First off, Merry Christmas, my friend! Seldom have I heard of a timing chain becoming so loose that it created a noise like you are describing. I have seen more than one water pump impeller get noisy, and fail. Since the water pump replacement would be a job that could be done at home, mind you not cheap! Before I would take that bike to a dealer and have them remove the engine and replace the timing chain, I personally would replace the water pump and see if the noise subsides. With that being said, if it is the water pump, I have a noisy water pump in my 89'VR that has been that way since I have owned it. (40K miles) Keep an eye on the coolant level, watch the temp gauge, and turn the radio up a bit more, and all will be well.

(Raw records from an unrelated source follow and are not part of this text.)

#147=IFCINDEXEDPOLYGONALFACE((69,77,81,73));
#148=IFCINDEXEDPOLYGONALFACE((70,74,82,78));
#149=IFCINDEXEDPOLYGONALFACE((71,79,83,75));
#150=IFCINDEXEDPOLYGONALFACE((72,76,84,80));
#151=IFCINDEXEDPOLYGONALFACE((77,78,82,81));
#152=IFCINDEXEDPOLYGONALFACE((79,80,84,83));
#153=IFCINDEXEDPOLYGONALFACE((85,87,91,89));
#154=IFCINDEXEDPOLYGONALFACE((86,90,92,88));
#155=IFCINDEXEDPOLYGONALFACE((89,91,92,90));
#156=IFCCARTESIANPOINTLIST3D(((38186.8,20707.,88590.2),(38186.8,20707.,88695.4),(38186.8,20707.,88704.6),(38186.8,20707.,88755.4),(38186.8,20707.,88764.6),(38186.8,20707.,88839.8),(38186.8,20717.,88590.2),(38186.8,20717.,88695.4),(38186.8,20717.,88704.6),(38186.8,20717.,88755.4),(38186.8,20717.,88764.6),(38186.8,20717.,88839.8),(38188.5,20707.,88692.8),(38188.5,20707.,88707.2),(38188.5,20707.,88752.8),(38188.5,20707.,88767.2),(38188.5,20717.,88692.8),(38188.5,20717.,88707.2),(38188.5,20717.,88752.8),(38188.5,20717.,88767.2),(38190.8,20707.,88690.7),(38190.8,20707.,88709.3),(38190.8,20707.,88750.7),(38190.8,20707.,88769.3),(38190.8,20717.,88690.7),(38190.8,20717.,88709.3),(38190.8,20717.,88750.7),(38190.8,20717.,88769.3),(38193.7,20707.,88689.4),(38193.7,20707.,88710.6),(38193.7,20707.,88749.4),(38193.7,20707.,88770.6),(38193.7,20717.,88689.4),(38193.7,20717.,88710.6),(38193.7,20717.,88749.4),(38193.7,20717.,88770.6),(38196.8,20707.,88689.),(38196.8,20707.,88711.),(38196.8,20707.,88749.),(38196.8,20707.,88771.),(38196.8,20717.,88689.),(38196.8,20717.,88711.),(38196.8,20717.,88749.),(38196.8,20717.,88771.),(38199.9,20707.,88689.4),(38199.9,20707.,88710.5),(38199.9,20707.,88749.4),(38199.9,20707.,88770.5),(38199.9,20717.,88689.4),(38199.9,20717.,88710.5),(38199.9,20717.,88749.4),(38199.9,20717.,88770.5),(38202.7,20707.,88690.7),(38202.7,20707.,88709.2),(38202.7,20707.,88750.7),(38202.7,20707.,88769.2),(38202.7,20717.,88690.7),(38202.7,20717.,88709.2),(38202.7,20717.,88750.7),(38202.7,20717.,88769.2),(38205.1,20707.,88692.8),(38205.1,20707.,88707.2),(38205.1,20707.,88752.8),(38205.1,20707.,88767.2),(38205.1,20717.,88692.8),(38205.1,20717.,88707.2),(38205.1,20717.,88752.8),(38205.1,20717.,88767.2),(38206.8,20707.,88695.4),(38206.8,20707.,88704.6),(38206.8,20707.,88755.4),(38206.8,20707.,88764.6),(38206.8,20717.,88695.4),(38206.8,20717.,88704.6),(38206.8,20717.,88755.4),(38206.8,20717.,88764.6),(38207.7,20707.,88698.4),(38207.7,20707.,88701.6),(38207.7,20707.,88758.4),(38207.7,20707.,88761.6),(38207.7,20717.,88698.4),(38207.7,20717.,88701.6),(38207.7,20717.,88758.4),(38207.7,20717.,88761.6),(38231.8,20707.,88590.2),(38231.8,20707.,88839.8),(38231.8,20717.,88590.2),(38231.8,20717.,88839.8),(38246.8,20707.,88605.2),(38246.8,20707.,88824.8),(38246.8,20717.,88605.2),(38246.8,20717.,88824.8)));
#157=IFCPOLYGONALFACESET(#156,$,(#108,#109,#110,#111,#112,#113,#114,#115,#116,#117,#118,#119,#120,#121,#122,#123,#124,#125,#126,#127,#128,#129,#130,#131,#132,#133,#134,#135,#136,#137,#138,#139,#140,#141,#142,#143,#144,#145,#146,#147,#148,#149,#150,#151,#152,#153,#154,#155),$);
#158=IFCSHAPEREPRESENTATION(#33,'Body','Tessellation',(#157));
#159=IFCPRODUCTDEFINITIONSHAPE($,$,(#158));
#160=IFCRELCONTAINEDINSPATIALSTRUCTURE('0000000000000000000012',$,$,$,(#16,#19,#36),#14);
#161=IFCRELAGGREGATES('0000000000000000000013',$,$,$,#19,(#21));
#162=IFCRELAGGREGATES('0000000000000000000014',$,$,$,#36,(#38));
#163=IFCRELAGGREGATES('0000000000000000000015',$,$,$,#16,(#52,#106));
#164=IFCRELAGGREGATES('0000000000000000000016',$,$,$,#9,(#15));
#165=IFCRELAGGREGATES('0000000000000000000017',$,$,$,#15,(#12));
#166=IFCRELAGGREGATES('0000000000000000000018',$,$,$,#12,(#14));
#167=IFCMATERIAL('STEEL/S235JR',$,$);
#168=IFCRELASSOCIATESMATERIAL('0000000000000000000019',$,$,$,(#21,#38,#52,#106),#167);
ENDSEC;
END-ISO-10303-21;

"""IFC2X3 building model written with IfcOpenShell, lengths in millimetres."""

To be honest, it would be cheaper to pick up a used motor than have a dealer address the timing chain issue. The timing chain has a tensioner on it, if there was that much slack in the timing chain, you would see it in the performance of the bike. With the water pump, a wobbly impeller will eventually take out the seal, which will cause coolant to dribble out of the "weep hole" at the bottom of the water pump. That's why I said watch you coolant level, and the temp gauge. You will see signs of a water pump failure long before it finally fails.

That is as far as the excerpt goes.